# Commercial Aspects Related to Drywall



## silverstilts (Oct 15, 2008)

We have many members who not only work in the drywall fields pertaining to residential but also many who specialize in commercial applications with much more detailed duties on what is expected . Those who do specialize in commercial what is all included or expected other than just the finishing of drywall? Framing, hanging, steel door installation, grid work for ceilings and suspended ceilings? What else am I missing and what is the logical way things are done?


----------



## keke (Mar 7, 2012)

few pics


----------



## keke (Mar 7, 2012)

few more


----------



## keke (Mar 7, 2012)

and more


----------



## keke (Mar 7, 2012)

and think this is all for the moment


----------



## keke (Mar 7, 2012)

silverstilts said:


> We have many members who not only work in the drywall fields pertaining to residential but also many who specialize in commercial applications with much more detailed duties on what is expected . Those who do specialize in commercial what is all included or expected other than just the finishing of drywall? Framing, hanging, steel door installation, grid work for ceilings and suspended ceilings? What else am I missing and what is the logical way things are done?


hopefully these pics will give you a better idea about what commercial work means and what is missing on this site


----------



## MrWillys (Mar 10, 2014)

Seems like each contractor I worked for over the years was different. my last job I was in charge of fireproofing, plaster, drywall, and framing. This guy does Bin modeling where the job is built in a computer before being built.

Another contractor I worked for did T-Bar, doors, drywall, framing, and even had a Unistrut division.

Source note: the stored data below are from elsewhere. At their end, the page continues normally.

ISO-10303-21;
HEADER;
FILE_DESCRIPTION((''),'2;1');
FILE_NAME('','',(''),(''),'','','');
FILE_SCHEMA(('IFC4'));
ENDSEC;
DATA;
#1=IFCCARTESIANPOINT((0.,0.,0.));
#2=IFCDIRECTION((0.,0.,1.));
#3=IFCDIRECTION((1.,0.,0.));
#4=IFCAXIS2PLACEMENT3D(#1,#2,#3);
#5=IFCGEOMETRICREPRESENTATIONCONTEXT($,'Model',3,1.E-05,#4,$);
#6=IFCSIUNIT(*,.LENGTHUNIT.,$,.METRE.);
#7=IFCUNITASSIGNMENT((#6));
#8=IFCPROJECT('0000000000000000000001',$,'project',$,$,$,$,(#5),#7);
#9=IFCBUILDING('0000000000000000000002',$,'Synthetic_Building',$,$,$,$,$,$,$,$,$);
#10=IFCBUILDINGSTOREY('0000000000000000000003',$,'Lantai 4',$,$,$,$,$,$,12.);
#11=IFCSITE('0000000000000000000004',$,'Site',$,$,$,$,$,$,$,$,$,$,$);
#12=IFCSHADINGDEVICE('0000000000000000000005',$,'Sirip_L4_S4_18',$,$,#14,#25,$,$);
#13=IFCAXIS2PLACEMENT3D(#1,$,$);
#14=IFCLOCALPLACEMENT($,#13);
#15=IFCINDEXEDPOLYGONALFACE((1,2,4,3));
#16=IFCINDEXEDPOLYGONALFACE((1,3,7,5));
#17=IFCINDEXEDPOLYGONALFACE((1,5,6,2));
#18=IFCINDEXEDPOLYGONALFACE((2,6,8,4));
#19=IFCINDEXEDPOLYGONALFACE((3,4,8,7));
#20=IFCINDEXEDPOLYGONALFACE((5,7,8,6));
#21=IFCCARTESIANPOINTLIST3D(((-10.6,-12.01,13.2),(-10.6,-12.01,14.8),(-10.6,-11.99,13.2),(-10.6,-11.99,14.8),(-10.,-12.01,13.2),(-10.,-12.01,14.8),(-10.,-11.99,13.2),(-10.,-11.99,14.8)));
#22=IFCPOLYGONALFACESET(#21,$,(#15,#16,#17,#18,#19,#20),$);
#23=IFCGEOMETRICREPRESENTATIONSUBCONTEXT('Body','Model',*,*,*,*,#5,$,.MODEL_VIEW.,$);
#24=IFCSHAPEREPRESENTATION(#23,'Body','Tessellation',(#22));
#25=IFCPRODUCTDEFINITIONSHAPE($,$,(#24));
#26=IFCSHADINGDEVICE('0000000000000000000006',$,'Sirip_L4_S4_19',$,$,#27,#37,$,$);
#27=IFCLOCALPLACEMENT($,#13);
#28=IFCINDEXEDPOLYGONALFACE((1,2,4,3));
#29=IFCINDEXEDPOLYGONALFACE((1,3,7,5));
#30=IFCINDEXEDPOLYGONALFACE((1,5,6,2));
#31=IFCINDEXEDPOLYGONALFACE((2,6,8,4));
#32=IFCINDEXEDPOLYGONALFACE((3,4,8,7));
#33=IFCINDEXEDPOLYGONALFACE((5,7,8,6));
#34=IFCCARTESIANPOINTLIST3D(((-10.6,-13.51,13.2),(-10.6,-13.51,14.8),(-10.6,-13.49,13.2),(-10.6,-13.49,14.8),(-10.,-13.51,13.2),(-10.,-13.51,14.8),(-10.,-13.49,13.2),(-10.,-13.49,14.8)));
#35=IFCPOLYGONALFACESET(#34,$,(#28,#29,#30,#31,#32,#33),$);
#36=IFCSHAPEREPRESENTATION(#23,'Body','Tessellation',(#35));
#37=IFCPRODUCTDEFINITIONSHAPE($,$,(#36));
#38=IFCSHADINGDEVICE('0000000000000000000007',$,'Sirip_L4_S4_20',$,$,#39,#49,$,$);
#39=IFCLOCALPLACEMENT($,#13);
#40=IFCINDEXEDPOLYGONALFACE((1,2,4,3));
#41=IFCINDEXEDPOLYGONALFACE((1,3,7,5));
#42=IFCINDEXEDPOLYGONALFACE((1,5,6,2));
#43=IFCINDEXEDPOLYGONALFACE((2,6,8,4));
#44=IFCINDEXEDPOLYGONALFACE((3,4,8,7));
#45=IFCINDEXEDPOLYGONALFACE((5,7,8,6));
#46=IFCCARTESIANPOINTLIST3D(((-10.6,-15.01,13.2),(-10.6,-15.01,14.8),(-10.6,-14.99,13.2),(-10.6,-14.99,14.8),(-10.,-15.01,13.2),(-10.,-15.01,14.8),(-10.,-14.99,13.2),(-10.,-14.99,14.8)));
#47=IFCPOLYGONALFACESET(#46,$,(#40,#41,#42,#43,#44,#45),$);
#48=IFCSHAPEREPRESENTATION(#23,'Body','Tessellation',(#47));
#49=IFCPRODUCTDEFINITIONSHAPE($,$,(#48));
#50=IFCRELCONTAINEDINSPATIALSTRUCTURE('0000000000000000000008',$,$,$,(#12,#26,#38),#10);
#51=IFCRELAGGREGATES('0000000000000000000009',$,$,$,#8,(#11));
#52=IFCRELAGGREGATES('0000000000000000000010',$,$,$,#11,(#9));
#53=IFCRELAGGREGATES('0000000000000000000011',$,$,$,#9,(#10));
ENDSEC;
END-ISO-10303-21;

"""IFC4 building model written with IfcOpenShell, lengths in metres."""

from ifc_helpers import new_model, si_unit, frame, origin_with_axes, place, context, subcontext, project, spatial, polyline, outline, extrude, element, save


model = new_model("IFC4")

# Units and contexts
model_context = context("Model", 3, precision=1e-05, world=origin_with_axes())
body_context = subcontext(model_context, "Body", "Model", "MODEL_VIEW")
ifc_project = project(units=[si_unit("LENGTHUNIT", "METRE")], contexts=[model_context])

# Site, building, storey
site = spatial("IfcSite", under=ifc_project, Name="Site")
building = spatial("IfcBuilding", under=site, Name="Synthetic_Building")
storey = spatial("IfcBuildingStorey", under=building, Name="Lantai 4", Elevation=12.0)

# Shading devices
shading_device_1_placement = place(None, origin_with_axes())
element("IfcShadingDevice", 1, at=shading_device_1_placement, inside=storey, Name="Sirip_L4_S4_18", context=body_context, shape_type="SweptSolid", body=[
    extrude(outline(polyline([(-10.0, -11.99), (-10.0, -12.01), (-10.6, -12.01), (-10.6, -11.99), (-10.0, -11.99)])), frame((0.0, 0.0, 13.2), z_axis=(0.0, 0.0, 1.0), x_axis=(1.0, 0.0, 0.0)), (0.0, 0.0, 1.0), 1.6),
])
shading_device_2_placement = place(None, origin_with_axes())
element("IfcShadingDevice", 2, at=shading_device_2_placement, inside=storey, Name="Sirip_L4_S4_19", context=body_context, shape_type="SweptSolid", body=[
    extrude(outline(polyline([(-10.0, -13.49), (-10.0, -13.51), (-10.6, -13.51), (-10.6, -13.49), (-10.0, -13.49)])), frame((0.0, 0.0, 13.2), z_axis=(0.0, 0.0, 1.0), x_axis=(1.0, 0.0, 0.0)), (0.0, 0.0, 1.0), 1.6),
])
shading_device_3_placement = place(None, origin_with_axes())
element("IfcShadingDevice", 3, at=shading_device_3_placement, inside=storey, Name="Sirip_L4_S4_20", context=body_context, shape_type="SweptSolid", body=[
    extrude(outline(polyline([(-10.0, -14.99), (-10.0, -15.01), (-10.6, -15.01), (-10.6, -14.99), (-10.0, -14.99)])), frame((0.0, 0.0, 13.2), z_axis=(0.0, 0.0, 1.0), x_axis=(1.0, 0.0, 0.0)), (0.0, 0.0, 1.0), 1.6),
])

save(model, "model.ifc")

The residential shop I grew up in did drywall, painting, and even had big trucks for drywall delivery, and stocking. They went into commercial in the early 80's to increase volume.


----------



## silverstilts (Oct 15, 2008)

keke said:


> hopefully these pics will give you a better idea about what commercial work means and what is missing on this site


 I started the thread just to see what others had to say , been in the business many years almost 40 now. I have been on so many commercial jobs most of the things are not new to me in any way... I just figured for those out there that insist on a forum solely for commercial work would realize there is a forum where it can be talked about and that is under the General Discussion. But hey if the admins want to add one I say go for it.


----------



## P.A. ROCKER (Jul 15, 2011)

Add a Down Under forum, since they have systems not available in the third word country I live in,,, the USA.


----------



## silverstilts (Oct 15, 2008)

:wallbash: yeah for sure!!!!


----------



## scottktmrider (Jun 24, 2012)

Fire proofing in comm is a big part
Multiple layers of drywall on certin walls,and drywall going above ceiling all the way to the deck above,core walls in some places fire chalking and drywall fire stop.and different burn ratings for walls ,just for examples


----------